→ **RECORD EXTRACTS**
= = = = = = =

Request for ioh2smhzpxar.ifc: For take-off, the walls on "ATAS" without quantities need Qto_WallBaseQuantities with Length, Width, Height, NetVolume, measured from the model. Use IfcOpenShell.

First a look at what the model holds.

```python
import ifcopenshell
import ifcopenshell.util.element
import ifcopenshell.util.unit

model = ifcopenshell.open("ioh2smhzpxar.ifc")
print(model.schema)
for unit_type in ("LENGTHUNIT", "AREAUNIT", "VOLUMEUNIT"):
    print(unit_type, ifcopenshell.util.unit.calculate_unit_scale(model, unit_type))
storey = next(s for s in model.by_type("IfcBuildingStorey") if s.Name == "ATAS")
walls = [e for e in ifcopenshell.util.element.get_decomposition(storey) if e.is_a("IfcWall")]
for e in sorted(walls, key=lambda e: e.id()):
    print(e.id(), e.is_a(), e.Name, list(ifcopenshell.util.element.get_psets(e, qtos_only=True)), sep=" | ")
```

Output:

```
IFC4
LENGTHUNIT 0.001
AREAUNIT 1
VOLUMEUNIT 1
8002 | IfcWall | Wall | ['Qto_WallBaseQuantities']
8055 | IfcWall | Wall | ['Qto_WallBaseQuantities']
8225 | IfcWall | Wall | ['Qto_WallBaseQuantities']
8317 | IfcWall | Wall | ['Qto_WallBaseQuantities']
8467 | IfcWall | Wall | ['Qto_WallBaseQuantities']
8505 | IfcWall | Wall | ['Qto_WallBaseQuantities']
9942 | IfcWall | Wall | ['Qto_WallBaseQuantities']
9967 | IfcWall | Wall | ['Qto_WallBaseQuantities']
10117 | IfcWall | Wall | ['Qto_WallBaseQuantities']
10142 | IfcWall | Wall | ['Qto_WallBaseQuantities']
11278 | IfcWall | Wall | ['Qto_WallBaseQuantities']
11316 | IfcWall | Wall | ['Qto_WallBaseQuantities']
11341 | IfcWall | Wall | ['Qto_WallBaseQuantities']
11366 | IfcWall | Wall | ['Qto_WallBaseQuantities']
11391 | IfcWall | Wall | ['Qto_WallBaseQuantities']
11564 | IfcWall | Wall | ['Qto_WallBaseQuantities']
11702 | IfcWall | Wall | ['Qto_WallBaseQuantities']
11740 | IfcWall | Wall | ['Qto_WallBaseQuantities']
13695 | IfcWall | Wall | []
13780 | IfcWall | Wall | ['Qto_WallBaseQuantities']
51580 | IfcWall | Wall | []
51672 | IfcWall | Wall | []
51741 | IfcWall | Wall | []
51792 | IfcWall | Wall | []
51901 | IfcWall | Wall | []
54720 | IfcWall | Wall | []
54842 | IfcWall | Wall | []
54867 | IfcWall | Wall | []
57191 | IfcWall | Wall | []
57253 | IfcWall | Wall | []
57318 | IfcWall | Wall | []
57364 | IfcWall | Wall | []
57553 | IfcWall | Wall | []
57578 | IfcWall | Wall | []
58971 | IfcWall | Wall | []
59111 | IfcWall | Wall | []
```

```python
import ifcopenshell
import ifcopenshell.api.pset
import ifcopenshell.geom
import ifcopenshell.util.element
import ifcopenshell.util.shape
import ifcopenshell.util.unit

model = ifcopenshell.open("ioh2smhzpxar.ifc")
unit_scale = ifcopenshell.util.unit.calculate_unit_scale(model)
volume_scale = ifcopenshell.util.unit.calculate_unit_scale(model, "VOLUMEUNIT")
settings = ifcopenshell.geom.settings()

storey = next(s for s in model.by_type("IfcBuildingStorey") if s.Name == "ATAS")
walls = [e for e in ifcopenshell.util.element.get_decomposition(storey) if e.is_a("IfcWall")]

for e in sorted(walls, key=lambda e: e.id()):
    if ifcopenshell.util.element.get_psets(e, qtos_only=True, should_inherit=False):
        continue
    # Geometry comes back in metres, in the element's own axes.
    shape = ifcopenshell.geom.create_shape(settings, e)
    values = {
        "Length": ifcopenshell.util.shape.get_x(shape.geometry) / unit_scale,
        "Width": ifcopenshell.util.shape.get_y(shape.geometry) / unit_scale,
        "Height": ifcopenshell.util.shape.get_z(shape.geometry) / unit_scale,
        "NetVolume": ifcopenshell.util.shape.get_volume(shape.geometry) / volume_scale,
    }
    qto = ifcopenshell.api.pset.add_qto(model, product=e, name="Qto_WallBaseQuantities")
    ifcopenshell.api.pset.edit_qto(model, qto=qto, properties=values)
    print(e.id(), {k: round(v, 3) for k, v in values.items()})

model.write("ioh2smhzpxar-out.ifc")
```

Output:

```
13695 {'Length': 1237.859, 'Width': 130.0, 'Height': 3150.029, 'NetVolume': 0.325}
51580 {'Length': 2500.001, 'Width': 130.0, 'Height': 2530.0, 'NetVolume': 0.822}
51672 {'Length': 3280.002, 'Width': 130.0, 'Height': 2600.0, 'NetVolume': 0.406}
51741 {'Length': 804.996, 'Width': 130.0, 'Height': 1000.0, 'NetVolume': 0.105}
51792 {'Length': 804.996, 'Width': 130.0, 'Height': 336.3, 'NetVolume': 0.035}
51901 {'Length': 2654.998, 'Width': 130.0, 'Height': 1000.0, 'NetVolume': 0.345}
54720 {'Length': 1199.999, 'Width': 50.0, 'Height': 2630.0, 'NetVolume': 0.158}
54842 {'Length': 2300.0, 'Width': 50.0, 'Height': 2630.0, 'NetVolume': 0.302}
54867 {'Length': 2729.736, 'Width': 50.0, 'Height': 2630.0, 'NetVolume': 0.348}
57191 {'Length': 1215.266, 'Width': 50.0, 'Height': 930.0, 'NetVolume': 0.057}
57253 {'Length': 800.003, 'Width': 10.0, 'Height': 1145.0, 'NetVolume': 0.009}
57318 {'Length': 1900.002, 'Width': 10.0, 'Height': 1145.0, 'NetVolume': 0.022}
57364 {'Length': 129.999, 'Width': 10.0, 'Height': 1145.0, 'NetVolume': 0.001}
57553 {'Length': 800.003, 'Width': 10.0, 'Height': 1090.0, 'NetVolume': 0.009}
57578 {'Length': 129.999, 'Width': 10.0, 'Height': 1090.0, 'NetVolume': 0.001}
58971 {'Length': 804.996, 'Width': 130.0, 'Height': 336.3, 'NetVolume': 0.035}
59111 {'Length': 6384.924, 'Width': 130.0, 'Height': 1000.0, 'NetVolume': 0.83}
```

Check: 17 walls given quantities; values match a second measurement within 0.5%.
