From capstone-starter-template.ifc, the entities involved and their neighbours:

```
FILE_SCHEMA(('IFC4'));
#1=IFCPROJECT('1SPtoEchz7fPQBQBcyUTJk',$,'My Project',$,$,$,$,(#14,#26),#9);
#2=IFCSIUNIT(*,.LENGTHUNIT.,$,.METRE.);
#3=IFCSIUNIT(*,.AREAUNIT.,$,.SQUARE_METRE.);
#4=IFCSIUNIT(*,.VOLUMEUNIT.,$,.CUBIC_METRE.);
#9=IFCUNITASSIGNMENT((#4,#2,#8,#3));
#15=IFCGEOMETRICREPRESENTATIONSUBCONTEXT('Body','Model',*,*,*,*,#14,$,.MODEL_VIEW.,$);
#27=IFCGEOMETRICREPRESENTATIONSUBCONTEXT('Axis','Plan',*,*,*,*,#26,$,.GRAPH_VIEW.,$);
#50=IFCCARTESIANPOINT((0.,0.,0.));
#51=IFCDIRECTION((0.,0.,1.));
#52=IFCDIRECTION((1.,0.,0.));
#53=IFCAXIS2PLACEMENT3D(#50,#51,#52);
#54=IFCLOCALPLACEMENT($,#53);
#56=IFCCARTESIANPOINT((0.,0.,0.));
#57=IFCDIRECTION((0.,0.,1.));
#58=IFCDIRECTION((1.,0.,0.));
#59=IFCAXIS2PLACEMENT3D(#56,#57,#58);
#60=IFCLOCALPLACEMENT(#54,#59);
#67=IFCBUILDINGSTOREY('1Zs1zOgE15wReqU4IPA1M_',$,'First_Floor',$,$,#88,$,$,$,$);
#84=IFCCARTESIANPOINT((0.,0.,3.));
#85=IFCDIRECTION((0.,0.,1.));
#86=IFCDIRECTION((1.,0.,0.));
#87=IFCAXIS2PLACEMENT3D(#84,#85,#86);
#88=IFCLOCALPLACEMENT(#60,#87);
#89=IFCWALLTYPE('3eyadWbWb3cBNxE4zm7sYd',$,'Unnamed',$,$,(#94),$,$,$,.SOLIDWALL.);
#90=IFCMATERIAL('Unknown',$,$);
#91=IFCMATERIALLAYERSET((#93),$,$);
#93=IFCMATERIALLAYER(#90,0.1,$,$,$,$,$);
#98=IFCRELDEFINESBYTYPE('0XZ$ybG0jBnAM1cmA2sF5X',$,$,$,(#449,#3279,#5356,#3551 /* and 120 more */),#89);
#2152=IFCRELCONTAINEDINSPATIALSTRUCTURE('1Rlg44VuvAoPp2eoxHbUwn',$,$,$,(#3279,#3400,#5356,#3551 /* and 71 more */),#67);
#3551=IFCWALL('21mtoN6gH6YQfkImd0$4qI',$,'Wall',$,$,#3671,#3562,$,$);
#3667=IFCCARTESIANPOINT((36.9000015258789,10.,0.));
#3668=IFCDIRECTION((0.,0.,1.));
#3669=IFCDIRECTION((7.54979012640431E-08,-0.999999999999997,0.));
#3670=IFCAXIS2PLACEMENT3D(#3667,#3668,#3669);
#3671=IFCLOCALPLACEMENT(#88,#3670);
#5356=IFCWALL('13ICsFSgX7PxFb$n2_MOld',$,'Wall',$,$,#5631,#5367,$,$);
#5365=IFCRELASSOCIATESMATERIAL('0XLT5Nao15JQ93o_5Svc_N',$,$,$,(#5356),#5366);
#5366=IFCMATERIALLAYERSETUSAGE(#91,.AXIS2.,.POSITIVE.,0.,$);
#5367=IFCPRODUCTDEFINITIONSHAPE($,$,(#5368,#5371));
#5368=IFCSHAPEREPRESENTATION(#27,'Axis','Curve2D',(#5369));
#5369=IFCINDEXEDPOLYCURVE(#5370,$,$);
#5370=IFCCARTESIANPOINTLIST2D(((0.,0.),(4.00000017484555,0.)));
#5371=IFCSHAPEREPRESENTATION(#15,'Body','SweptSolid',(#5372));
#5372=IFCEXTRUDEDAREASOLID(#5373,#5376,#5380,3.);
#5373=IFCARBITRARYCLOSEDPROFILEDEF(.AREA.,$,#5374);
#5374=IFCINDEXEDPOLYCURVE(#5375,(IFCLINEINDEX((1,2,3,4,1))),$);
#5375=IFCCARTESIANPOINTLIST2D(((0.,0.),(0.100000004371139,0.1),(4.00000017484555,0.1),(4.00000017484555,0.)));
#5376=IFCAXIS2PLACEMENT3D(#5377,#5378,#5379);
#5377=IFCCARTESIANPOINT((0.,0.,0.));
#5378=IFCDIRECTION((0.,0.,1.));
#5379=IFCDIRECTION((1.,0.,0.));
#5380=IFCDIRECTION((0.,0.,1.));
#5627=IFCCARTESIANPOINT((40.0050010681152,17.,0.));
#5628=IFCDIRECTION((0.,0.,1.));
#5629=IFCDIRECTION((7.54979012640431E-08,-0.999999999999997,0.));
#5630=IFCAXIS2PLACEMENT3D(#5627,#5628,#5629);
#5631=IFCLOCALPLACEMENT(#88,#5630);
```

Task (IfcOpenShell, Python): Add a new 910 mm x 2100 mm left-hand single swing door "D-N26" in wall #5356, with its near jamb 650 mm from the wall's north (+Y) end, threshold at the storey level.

```python
import numpy as np
import ifcopenshell
import ifcopenshell.api.feature
import ifcopenshell.api.geometry
import ifcopenshell.api.root
import ifcopenshell.api.spatial
import ifcopenshell.geom
import ifcopenshell.util.element
import ifcopenshell.util.placement
import ifcopenshell.util.representation
import ifcopenshell.util.shape
import ifcopenshell.util.unit

model = ifcopenshell.open("capstone-starter-template.ifc")
unit_scale = ifcopenshell.util.unit.calculate_unit_scale(model)
settings = ifcopenshell.geom.settings()


def volume(element):
    """Net volume in cubic metres, openings subtracted."""
    shape = ifcopenshell.geom.create_shape(settings, element)
    return ifcopenshell.util.shape.get_volume(shape.geometry)


wall = model.by_id(5356)
storey = ifcopenshell.util.element.get_container(wall, ifc_class="IfcBuildingStorey")
context = ifcopenshell.util.representation.get_context(model, "Model", "Body", "MODEL_VIEW")
before = volume(wall)

width, height, from_end, sill = 0.91, 2.1, 0.65, 0.0  # metres

# The wall runs along its own X axis, and the end named is its -X end.
wall_shape = ifcopenshell.geom.create_shape(settings, wall)
x, y, z = ifcopenshell.util.shape.get_vertices(wall_shape.geometry).T
start = x.min() + from_end
face, thickness = float(y.min()), float(y.max() - y.min())
wall_matrix = ifcopenshell.util.placement.get_local_placement(wall.ObjectPlacement)
level = ifcopenshell.util.placement.get_local_placement(storey.ObjectPlacement)[2, 3]


def in_wall(x, y):
    """Placement at x, y metres in the wall's axes, at sill height."""
    matrix = wall_matrix.copy()
    matrix[:, 3] = wall_matrix @ np.array([x / unit_scale, y / unit_scale, 0.0, 1.0])
    matrix[2, 3] = level + sill / unit_scale
    return matrix


# Opening: a box that overshoots both wall faces by 50 mm.
opening = ifcopenshell.api.root.create_entity(model, ifc_class="IfcOpeningElement", predefined_type="OPENING")
box = ifcopenshell.api.geometry.add_wall_representation(
    model, context=context, length=width, height=height, thickness=thickness + 0.1
)
ifcopenshell.api.geometry.assign_representation(model, product=opening, representation=box)
ifcopenshell.api.geometry.edit_object_placement(model, product=opening, matrix=in_wall(start, face - 0.05), is_si=False)
ifcopenshell.api.feature.add_feature(model, feature=opening, element=wall)

door = ifcopenshell.api.root.create_entity(model, ifc_class="IfcDoor", name="D-N26", predefined_type="DOOR")
door.OverallWidth, door.OverallHeight = width / unit_scale, height / unit_scale
door.OperationType = "SINGLE_SWING_LEFT"
body = ifcopenshell.api.geometry.add_door_representation(
    model,
    context=context,
    overall_width=door.OverallWidth,
    overall_height=door.OverallHeight,
    operation_type="SINGLE_SWING_LEFT",
    lining_properties={"LiningDepth": thickness / unit_scale, "ThresholdDepth": thickness / unit_scale},
)
ifcopenshell.api.geometry.assign_representation(model, product=door, representation=body)
ifcopenshell.api.spatial.assign_container(model, products=[door], relating_structure=storey)
ifcopenshell.api.feature.add_filling(model, opening=opening, element=door)

# The lining spans the wall, so the door starts at the wall face.
ifcopenshell.api.geometry.edit_object_placement(model, product=door, matrix=in_wall(start, face), is_si=False)

after = volume(wall)

print(f"wall volume {before:.3f} -> {after:.3f} m3")

model.write("capstone-starter-template_edited.ifc")
```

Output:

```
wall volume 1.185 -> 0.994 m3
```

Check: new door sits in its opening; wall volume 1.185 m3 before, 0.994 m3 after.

= = = = = = =

List every line in the records above that contains the word "more".

#98=IFCRELDEFINESBYTYPE('0XZ$ybG0jBnAM1cmA2sF5X',$,$,$,(#449,#3279,#5356,#3551 /* and 120 more */),#89);
#2152=IFCRELCONTAINEDINSPATIALSTRUCTURE('1Rlg44VuvAoPp2eoxHbUwn',$,$,$,(#3279,#3400,#5356,#3551 /* and 71 more */),#67);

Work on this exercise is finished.